Himself a year from now — with a matted beard, skin crusted with sores, drool oozing from the corner of his mouth, confined to the wards of Bedlam or some other backstreet bridewell, the sole light of day squeezing through small bars mounted on the ceiling.

He thought,
Tell Margaret to leave the dead in peace
.

But Harry’s soul would have no peace until his slayer was caught.

Go back to the theater and forget Harry’s murderer. It has caused you naught but grief
.

But Shakespeare knew he would not stop until the fiend was caught. Memories of Harry were haunting him as surely as the ghost last night.

Whitman kneeling before a wall. Shakespeare running to his side.

Shakespeare asking what happened as he helped a red-faced Whitman to his feet.

I was rehearsing my dance solo for tomorrow’s performance and slipped. But not to worry
. Harry stood and brushed off his hose.
My knees are still sound
.

Whitman, the supreme player. He had carried off a virtuoso performance. Down to the hobble in his walk to prove he had fallen.

Bravo! Bravo!

That night had been Christmas Eve — an hour before midnight services.

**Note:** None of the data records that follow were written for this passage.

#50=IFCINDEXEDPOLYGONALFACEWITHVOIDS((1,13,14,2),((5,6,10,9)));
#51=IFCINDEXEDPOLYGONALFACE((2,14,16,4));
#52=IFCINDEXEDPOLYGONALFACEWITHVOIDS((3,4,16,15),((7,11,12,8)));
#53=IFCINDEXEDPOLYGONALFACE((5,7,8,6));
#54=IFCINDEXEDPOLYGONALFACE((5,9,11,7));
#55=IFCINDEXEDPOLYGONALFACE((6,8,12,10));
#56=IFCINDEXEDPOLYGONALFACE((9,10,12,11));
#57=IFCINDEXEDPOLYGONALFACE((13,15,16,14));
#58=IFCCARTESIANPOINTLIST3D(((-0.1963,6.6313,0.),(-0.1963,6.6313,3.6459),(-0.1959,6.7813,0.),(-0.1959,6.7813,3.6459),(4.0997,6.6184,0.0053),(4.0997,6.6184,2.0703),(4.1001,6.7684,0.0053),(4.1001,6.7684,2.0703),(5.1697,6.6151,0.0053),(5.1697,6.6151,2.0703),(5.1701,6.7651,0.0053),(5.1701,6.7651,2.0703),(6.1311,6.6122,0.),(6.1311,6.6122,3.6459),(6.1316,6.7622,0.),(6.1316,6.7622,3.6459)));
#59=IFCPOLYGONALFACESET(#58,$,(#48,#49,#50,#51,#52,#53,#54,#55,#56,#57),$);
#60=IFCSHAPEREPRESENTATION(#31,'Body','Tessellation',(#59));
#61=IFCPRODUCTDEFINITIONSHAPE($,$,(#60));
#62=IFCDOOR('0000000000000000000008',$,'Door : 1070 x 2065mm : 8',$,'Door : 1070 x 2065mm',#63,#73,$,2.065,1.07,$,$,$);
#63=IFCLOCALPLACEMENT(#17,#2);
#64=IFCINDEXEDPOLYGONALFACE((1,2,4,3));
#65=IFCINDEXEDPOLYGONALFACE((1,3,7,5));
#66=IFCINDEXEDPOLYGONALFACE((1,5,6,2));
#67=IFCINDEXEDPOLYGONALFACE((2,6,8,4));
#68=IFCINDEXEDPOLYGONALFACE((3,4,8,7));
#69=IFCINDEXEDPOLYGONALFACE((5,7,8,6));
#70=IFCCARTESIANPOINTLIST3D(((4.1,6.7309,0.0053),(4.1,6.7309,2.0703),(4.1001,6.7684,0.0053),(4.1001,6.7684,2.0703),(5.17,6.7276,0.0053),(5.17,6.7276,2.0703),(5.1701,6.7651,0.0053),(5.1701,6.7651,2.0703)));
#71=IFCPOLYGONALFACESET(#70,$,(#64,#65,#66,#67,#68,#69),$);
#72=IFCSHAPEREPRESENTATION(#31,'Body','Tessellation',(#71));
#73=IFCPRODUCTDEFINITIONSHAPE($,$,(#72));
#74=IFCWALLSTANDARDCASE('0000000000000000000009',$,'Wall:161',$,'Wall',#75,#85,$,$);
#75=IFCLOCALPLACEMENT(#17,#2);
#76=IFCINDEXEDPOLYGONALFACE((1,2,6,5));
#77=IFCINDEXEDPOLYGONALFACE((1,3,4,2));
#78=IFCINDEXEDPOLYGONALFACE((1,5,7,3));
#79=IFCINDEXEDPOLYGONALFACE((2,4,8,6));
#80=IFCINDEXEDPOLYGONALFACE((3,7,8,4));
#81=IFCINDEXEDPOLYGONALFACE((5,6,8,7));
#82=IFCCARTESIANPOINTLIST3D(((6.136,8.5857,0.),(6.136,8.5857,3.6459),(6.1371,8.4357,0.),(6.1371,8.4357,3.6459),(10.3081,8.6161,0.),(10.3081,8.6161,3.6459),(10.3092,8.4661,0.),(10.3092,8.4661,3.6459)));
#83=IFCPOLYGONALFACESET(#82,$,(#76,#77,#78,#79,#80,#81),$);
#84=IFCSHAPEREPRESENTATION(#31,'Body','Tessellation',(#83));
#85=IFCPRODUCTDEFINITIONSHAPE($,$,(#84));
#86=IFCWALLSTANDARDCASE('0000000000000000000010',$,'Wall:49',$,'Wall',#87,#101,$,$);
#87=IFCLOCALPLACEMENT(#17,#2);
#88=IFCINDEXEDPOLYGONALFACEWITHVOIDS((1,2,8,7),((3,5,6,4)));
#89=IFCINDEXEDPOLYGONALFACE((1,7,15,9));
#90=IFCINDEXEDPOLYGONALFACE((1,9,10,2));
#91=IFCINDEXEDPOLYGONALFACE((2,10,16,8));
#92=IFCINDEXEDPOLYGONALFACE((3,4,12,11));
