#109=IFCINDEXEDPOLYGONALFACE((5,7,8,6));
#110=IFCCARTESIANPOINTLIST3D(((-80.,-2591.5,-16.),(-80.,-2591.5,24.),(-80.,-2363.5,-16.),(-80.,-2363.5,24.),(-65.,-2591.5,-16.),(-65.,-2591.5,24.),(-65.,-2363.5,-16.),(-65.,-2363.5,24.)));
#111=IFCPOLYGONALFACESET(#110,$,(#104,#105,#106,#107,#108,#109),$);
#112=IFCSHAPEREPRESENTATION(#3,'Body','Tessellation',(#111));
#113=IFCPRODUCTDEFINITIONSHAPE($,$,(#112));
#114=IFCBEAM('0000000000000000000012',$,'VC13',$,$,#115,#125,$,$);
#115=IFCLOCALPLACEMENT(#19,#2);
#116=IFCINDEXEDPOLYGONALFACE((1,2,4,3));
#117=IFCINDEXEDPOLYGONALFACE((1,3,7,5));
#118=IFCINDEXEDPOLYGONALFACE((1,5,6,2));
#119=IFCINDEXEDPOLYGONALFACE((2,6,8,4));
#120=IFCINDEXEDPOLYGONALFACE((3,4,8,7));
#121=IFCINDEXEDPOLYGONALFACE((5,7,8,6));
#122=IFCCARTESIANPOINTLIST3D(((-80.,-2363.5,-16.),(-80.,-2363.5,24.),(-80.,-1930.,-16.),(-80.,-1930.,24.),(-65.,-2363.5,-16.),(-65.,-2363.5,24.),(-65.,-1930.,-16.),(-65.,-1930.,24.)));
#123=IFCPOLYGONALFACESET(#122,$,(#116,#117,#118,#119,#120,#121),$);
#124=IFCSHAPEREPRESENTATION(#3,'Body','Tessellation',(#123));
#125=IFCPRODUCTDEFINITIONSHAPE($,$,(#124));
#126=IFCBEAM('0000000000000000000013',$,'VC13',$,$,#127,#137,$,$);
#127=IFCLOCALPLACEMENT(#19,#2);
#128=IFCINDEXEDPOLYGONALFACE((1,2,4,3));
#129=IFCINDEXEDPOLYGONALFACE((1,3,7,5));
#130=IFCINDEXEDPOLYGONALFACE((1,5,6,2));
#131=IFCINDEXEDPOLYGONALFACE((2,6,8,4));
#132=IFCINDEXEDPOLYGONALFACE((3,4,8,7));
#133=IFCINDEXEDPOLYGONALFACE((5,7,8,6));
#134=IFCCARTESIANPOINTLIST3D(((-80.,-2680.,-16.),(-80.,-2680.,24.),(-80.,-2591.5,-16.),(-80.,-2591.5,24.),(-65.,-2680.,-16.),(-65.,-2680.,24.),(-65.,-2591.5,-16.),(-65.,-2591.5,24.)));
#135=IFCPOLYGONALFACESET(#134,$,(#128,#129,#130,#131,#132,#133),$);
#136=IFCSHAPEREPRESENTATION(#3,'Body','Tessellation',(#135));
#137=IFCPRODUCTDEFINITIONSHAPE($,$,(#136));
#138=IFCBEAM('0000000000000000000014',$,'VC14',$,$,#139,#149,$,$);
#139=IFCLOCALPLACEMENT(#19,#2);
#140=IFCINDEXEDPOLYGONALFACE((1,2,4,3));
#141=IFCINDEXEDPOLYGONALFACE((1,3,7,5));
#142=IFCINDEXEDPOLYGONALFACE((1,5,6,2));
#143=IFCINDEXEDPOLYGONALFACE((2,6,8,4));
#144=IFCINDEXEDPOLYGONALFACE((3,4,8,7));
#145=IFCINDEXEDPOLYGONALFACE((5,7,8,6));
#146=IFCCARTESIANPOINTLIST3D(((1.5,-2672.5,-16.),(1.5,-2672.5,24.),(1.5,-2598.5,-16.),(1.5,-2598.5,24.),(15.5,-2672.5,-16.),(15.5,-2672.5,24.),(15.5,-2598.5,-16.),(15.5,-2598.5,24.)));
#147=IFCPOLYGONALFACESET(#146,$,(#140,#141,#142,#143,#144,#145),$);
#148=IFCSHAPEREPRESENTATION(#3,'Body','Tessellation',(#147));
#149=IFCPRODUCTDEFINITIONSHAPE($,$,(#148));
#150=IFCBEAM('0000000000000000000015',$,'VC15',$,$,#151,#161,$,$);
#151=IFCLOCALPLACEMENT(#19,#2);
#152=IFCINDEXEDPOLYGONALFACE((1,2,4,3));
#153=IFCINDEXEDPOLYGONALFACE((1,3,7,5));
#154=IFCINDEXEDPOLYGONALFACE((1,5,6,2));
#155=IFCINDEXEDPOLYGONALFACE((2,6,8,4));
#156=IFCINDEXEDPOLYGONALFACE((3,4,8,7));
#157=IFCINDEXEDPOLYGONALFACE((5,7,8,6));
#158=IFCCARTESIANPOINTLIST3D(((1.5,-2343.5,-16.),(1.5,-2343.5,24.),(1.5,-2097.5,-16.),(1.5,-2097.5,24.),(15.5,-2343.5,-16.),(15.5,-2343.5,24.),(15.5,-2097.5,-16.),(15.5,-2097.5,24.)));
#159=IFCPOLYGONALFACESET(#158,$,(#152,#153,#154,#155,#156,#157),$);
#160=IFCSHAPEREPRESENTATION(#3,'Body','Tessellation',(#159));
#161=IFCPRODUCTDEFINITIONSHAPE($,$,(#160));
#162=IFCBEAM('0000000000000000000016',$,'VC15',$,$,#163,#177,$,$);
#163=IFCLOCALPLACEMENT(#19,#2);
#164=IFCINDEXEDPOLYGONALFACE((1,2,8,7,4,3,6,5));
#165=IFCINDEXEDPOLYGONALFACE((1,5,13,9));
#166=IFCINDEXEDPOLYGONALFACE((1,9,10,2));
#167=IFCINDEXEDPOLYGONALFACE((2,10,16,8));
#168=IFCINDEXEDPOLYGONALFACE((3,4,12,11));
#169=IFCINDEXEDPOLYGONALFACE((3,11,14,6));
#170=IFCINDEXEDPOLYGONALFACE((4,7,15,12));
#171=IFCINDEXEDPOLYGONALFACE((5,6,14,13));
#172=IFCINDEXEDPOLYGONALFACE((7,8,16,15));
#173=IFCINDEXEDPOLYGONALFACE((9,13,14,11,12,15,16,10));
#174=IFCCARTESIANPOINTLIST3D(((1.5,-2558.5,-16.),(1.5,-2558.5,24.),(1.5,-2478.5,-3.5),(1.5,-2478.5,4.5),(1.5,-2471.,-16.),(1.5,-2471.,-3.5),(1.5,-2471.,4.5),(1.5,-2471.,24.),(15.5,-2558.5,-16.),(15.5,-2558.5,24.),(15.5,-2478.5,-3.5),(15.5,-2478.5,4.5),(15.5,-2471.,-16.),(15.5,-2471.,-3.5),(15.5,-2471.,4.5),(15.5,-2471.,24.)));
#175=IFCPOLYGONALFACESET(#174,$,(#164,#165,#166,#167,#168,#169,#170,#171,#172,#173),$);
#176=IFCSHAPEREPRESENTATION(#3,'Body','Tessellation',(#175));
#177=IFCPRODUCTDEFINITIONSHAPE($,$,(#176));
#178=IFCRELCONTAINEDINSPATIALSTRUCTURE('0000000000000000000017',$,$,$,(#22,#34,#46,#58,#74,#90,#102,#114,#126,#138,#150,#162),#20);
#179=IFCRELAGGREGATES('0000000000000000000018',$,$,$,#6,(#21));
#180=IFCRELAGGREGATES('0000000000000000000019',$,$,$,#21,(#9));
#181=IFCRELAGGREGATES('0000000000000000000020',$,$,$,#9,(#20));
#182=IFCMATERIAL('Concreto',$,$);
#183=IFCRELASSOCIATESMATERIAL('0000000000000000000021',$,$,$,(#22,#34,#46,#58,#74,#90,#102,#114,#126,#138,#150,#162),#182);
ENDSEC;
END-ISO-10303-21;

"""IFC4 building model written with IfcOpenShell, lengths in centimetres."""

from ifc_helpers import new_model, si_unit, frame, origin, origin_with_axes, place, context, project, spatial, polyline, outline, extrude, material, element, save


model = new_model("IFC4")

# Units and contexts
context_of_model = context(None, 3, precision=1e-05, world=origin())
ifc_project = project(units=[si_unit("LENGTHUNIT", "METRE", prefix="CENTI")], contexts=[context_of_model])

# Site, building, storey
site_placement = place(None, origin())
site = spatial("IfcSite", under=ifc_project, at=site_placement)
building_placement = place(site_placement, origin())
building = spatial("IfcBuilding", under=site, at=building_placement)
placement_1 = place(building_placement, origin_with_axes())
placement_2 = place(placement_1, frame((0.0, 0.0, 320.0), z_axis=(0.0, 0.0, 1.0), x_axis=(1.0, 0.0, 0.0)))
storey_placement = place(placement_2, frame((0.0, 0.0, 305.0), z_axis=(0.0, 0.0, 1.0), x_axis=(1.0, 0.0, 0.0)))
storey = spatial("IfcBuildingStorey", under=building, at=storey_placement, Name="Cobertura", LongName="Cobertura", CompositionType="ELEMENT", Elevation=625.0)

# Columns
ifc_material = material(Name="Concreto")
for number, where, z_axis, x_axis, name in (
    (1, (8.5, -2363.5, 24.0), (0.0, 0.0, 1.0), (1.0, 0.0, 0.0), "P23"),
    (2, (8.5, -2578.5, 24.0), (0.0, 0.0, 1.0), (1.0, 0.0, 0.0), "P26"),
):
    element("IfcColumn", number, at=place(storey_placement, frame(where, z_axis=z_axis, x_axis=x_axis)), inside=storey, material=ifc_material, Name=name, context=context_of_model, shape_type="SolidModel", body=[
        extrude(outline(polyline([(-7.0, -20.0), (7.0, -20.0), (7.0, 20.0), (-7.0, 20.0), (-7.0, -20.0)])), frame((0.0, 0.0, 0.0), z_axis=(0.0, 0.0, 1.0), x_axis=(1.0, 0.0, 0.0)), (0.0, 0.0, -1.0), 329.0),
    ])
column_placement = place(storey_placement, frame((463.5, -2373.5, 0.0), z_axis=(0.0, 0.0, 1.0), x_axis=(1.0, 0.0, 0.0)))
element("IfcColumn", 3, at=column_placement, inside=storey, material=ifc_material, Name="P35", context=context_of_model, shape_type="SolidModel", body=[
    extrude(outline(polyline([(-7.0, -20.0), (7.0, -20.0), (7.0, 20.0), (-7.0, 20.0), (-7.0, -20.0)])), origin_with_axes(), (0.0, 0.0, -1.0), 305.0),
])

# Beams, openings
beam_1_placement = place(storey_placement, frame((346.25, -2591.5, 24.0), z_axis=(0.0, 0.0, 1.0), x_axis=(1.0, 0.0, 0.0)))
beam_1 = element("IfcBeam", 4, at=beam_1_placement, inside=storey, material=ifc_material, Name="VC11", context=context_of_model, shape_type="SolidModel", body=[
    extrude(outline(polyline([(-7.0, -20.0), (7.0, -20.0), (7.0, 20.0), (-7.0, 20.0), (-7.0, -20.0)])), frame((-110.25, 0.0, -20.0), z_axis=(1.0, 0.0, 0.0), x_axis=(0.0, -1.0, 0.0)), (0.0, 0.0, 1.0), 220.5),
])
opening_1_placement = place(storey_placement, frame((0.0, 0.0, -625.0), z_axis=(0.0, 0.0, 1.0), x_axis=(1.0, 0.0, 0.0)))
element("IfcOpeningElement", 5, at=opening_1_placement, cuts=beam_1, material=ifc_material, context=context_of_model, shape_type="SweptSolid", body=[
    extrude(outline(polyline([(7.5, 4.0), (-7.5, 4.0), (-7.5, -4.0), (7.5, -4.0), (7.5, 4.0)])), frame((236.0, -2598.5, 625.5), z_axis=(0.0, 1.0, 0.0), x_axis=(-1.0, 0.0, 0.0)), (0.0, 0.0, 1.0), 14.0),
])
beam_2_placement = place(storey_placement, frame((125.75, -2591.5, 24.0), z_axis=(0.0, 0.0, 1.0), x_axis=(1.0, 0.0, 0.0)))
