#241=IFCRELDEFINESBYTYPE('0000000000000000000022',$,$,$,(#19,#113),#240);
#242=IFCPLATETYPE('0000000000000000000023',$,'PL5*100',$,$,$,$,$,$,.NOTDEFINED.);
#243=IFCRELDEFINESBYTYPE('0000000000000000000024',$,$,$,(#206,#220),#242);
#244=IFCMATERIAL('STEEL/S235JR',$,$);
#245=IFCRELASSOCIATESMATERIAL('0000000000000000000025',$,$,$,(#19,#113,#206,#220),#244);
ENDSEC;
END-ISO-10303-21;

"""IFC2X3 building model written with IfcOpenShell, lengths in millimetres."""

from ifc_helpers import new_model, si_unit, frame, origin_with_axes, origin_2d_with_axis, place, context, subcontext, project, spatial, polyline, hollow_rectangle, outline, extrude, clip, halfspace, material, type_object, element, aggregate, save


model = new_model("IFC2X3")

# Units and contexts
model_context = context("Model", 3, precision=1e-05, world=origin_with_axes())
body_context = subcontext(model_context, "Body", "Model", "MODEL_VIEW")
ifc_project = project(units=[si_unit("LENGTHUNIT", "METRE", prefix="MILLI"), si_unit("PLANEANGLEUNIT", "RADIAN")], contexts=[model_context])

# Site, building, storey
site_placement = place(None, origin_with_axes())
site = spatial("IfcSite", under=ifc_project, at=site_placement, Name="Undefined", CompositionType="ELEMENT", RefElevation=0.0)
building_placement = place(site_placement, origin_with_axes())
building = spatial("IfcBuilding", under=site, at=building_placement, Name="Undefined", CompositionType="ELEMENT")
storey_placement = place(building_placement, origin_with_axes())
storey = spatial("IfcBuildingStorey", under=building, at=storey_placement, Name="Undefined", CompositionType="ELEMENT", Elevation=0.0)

Shakespeare now realized that Harry had stolen some time alone to pray as a Catholic. His blush came not from embarrassment from falling, but from fear of being discovered — even by his star pupil.

Still thinking of things past, Shakespeare looked out the tavern window.

And the witch appeared before his eyes.

 

 

Rebecca was panting, frantic with worry. Her heart beat loudly against her chest, her lungs sent out short stabs of pain with each breath. She turned her head over her shoulder, then spun around to make sure he was nowhere in sight.

She lowered her head and let her arms dangle loosely at her sides.
Why
had he stared at her? At first she’d thought it had been the dress — clothing of the well-off amid the tatters of the groundlings. But no, it was more. He’d recognized her from the burial grounds and knew she was a woman. He was going to expose her.

For what purpose? Why?

God knew what would happen if it became known to certain nobles that Roderigo Lopez’s daughter had dressed as a man. Essex would make her father an object of derision. Her father would denounce her as a disgrace and demand an immediate marriage to the bridegroom of his choice. And he’d be in his rights.

Why?
Why had Shakespeare persecuted her? Curiosity? Humor? Let us laugh at this ridiculous creature and her follies. A woman who thinks herself a man.

She was a stupid jack. Now the jack had played her childish game, and all she wanted to do was catch her wind and go home. Her legs were weak from running, her feet sore from Ben’s ill-fitting boots. Her father’s house, in the fashionable section of Holborn, was yet an hour away by foot. She dropped from weariness against a building and drew her knees up to her chin. The sheath of her sword dangled awkwardly at her side, its point resting in a pit between cobblestones.